# Type of lifestyle with this salary in Toronto?



## cathyjonker1000 (Jan 24, 2013)

Hi,we are moving to Toronto in a few months (from South Africa).We are a family of 5-two adults and 3 kids(11,8 and3). My husband has been offered a job which will pay him $136 000 a year. I am a stay-at-home mom. Will we be able to live comfortably on this salary, and be able to save? I do realize that rentals differ greatly according to where you stay...this is assuming we stay on the outskirts and my husband commutes to work(in the Toronto CBD). I have been told by many people that Toronto is very expensive.. Any advise would be appreciated,thank you.


----------



## Inphered (Jan 7, 2013)

$136,000 a year. I don't think it would matter where you live in the world, that's a good salaray.
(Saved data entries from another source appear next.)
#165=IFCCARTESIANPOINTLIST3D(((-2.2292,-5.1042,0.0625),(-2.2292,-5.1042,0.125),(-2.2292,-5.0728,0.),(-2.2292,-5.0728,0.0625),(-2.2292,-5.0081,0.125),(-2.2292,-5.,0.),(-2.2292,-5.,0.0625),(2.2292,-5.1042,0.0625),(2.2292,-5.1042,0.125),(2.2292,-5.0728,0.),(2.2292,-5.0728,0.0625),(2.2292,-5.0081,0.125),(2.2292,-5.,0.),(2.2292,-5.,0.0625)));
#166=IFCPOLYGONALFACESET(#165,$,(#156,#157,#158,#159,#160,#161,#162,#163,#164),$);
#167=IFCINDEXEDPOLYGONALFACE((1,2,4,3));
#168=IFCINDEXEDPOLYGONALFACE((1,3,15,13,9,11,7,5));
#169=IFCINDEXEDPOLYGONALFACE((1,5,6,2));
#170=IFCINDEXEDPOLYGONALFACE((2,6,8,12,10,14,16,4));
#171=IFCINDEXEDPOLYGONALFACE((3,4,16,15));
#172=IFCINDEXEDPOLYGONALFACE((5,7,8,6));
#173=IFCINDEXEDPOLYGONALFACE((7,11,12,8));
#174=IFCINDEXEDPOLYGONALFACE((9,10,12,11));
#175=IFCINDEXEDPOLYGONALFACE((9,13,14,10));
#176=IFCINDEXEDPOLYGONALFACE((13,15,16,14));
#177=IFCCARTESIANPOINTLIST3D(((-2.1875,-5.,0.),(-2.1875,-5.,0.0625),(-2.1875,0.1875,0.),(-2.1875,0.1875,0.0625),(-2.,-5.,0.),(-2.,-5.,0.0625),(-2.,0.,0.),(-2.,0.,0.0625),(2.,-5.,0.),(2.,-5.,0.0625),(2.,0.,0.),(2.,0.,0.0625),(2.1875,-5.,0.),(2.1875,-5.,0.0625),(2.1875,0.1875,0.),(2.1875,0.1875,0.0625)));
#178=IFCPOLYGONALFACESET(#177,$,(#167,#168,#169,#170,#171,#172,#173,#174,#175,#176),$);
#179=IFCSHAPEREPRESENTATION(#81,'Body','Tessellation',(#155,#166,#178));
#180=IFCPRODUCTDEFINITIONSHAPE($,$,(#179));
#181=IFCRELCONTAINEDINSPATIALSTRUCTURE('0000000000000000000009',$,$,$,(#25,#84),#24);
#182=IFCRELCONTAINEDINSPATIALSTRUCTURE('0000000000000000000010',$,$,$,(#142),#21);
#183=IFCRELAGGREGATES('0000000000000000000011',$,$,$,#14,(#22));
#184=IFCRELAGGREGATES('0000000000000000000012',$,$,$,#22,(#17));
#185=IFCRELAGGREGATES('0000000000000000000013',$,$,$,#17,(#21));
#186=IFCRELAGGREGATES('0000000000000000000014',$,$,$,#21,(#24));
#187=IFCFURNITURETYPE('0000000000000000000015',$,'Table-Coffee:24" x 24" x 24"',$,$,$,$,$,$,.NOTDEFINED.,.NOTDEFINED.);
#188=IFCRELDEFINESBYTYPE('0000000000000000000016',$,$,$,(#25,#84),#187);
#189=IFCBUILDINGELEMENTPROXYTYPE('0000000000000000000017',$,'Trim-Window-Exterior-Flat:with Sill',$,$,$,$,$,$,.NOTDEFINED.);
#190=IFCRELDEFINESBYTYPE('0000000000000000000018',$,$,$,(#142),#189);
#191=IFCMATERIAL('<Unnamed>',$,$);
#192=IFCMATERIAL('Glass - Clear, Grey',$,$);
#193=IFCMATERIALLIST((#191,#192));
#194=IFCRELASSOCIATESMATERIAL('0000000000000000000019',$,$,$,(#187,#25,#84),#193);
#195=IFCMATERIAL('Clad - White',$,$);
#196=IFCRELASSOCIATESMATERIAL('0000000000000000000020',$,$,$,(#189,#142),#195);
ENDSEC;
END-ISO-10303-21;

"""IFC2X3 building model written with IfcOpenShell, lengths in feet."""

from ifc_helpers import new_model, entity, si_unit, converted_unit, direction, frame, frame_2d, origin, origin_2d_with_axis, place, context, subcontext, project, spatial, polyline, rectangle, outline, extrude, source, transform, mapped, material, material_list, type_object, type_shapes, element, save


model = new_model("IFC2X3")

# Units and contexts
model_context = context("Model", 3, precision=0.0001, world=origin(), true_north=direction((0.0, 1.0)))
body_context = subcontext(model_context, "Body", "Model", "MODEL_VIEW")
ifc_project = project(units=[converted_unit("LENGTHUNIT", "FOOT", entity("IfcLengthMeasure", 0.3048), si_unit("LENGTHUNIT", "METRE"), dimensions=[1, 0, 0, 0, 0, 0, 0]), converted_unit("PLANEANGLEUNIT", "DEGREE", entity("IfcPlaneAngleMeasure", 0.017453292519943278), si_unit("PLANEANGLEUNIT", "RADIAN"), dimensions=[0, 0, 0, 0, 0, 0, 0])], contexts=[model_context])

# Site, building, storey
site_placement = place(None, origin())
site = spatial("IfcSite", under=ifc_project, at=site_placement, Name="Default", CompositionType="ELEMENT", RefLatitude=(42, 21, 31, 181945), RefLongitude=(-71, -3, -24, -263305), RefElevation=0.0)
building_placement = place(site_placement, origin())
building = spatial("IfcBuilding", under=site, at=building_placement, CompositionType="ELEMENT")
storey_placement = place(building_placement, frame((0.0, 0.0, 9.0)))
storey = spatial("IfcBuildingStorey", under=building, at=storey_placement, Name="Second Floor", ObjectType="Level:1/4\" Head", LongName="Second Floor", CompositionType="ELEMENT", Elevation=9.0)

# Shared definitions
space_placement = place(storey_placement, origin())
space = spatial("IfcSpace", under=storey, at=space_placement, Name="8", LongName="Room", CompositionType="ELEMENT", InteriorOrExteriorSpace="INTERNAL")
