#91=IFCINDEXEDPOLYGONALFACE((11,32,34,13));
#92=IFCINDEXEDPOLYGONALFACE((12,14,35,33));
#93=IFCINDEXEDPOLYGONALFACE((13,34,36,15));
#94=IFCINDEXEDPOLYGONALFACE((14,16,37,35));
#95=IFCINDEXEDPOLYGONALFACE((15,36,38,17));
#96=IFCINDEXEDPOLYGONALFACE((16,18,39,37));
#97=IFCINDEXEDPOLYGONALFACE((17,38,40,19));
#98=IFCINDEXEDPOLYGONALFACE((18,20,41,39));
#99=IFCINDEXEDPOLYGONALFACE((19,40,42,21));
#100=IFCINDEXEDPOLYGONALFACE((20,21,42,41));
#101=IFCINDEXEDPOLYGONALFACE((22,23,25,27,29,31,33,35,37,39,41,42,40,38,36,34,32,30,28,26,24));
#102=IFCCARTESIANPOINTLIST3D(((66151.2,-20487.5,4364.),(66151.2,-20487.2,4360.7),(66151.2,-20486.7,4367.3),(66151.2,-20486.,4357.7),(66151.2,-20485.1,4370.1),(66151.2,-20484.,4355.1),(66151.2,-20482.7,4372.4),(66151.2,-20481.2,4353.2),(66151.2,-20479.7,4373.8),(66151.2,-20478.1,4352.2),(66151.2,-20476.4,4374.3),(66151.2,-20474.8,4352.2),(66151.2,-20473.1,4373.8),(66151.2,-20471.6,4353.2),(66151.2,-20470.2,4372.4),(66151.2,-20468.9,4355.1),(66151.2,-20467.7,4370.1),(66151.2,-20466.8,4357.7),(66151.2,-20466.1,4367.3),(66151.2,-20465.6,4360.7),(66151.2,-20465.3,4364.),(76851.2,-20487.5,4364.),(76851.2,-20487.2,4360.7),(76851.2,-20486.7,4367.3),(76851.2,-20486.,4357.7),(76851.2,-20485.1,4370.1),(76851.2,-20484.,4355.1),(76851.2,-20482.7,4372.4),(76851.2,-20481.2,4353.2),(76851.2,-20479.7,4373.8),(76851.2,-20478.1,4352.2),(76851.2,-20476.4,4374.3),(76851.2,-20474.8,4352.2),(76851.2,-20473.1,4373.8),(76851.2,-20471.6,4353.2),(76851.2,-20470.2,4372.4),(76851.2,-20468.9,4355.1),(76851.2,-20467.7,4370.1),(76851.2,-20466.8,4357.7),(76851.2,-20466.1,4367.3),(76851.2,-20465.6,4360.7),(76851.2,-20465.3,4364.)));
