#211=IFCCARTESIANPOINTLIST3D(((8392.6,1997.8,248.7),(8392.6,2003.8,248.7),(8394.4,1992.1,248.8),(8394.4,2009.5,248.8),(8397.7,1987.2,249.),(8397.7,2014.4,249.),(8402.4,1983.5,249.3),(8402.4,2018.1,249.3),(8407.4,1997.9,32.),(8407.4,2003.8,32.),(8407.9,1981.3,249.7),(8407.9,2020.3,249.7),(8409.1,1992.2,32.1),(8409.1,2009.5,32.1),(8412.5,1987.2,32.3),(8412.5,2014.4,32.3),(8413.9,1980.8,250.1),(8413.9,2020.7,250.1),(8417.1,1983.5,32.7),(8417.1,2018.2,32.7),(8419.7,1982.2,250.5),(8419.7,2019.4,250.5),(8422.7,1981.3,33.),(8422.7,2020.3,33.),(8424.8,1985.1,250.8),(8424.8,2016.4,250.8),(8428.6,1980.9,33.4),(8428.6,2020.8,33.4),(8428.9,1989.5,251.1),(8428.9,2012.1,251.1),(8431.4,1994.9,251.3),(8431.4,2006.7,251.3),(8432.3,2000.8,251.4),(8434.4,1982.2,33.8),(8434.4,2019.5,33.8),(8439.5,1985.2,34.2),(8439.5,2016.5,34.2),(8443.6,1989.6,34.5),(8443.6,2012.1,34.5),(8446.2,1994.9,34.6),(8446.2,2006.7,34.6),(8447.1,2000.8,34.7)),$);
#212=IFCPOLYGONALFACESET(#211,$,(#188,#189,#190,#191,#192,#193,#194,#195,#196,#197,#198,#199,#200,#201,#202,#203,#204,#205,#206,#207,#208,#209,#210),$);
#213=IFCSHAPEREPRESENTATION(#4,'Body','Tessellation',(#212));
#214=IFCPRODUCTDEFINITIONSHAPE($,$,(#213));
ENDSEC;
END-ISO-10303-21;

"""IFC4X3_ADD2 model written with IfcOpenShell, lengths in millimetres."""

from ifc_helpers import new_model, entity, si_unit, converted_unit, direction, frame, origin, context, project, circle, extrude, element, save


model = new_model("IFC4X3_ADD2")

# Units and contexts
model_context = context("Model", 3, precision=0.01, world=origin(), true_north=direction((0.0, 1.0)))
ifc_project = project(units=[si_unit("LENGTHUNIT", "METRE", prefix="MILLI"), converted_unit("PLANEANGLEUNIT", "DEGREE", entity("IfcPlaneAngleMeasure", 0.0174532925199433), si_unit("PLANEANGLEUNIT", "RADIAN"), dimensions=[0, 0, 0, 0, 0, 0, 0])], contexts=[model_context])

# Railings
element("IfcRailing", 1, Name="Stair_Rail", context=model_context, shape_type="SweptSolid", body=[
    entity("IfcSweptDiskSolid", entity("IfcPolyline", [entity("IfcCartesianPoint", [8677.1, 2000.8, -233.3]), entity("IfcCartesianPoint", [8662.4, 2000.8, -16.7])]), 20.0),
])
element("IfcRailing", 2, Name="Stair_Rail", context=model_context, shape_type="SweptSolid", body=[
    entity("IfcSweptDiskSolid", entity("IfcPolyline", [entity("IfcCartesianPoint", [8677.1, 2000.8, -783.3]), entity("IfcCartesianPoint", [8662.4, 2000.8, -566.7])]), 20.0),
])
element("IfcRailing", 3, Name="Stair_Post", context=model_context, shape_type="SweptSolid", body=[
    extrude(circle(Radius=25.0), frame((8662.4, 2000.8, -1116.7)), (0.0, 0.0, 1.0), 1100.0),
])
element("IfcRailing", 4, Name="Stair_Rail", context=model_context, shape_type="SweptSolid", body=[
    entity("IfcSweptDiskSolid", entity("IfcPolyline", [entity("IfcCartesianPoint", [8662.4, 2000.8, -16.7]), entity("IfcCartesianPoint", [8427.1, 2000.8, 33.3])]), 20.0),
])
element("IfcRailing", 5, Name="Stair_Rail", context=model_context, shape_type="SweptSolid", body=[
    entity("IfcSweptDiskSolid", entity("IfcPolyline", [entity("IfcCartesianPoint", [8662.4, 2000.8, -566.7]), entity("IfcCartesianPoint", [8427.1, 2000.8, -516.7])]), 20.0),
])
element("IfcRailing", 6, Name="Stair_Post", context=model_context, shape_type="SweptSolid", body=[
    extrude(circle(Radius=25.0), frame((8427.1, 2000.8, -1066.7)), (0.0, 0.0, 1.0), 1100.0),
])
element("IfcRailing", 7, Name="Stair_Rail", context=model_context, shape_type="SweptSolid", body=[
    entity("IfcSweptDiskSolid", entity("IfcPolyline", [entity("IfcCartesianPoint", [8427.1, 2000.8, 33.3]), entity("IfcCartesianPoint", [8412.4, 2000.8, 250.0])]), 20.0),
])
SO long as you don't expect a 5 room mansion, live in cleaners, butler etc etc you'll be fine 

Honestly, that sort of money you guys will be more than fine.


----------



## Liam(at)Large (Sep 2, 2012)

Inphered said:


> $136,000 a year. I don't think it would matter where you live in the world, that's a good salaray. SO long as you don't expect a 5 room mansion, live in cleaners, butler etc etc you'll be fine
> 
> Honestly, that sort of money you guys will be more than fine.


I firmly disagree. There's areas of Toronto where that won't cover your mortgage, let alone bills, expenses, food and savings! It's a decent upper middle class household income, for sure... Nice that it's one person and you can stay at home, but certainly there's similar households with dual income earners at the same level and above... Depending on where and how you choose to live will dictate your lifestyle.


----------



## Camerish (May 24, 2012)

It really depends on your housing expectations, what "comfort-level" is for you, and how much you want to save.

Overall though, yes, you should be able to live comfortably on $136k.

For example, you could rent a 4-bedroom house in Whitby for around $1,500-$2,000 per month (+ heat/hydro, etc). I lived in Whitby for 3-years and it is a nice commuter town with lots of young families, parks, and amenities.

Your husband could take the GO train (approx. $240 per month) to work making it possible to have only one car (assuming you aren't carting the kids around too much and extra-curricular schedules are not too busy/conflicting).

You could probably keep food expenses as low as $500 if you are price sensitive.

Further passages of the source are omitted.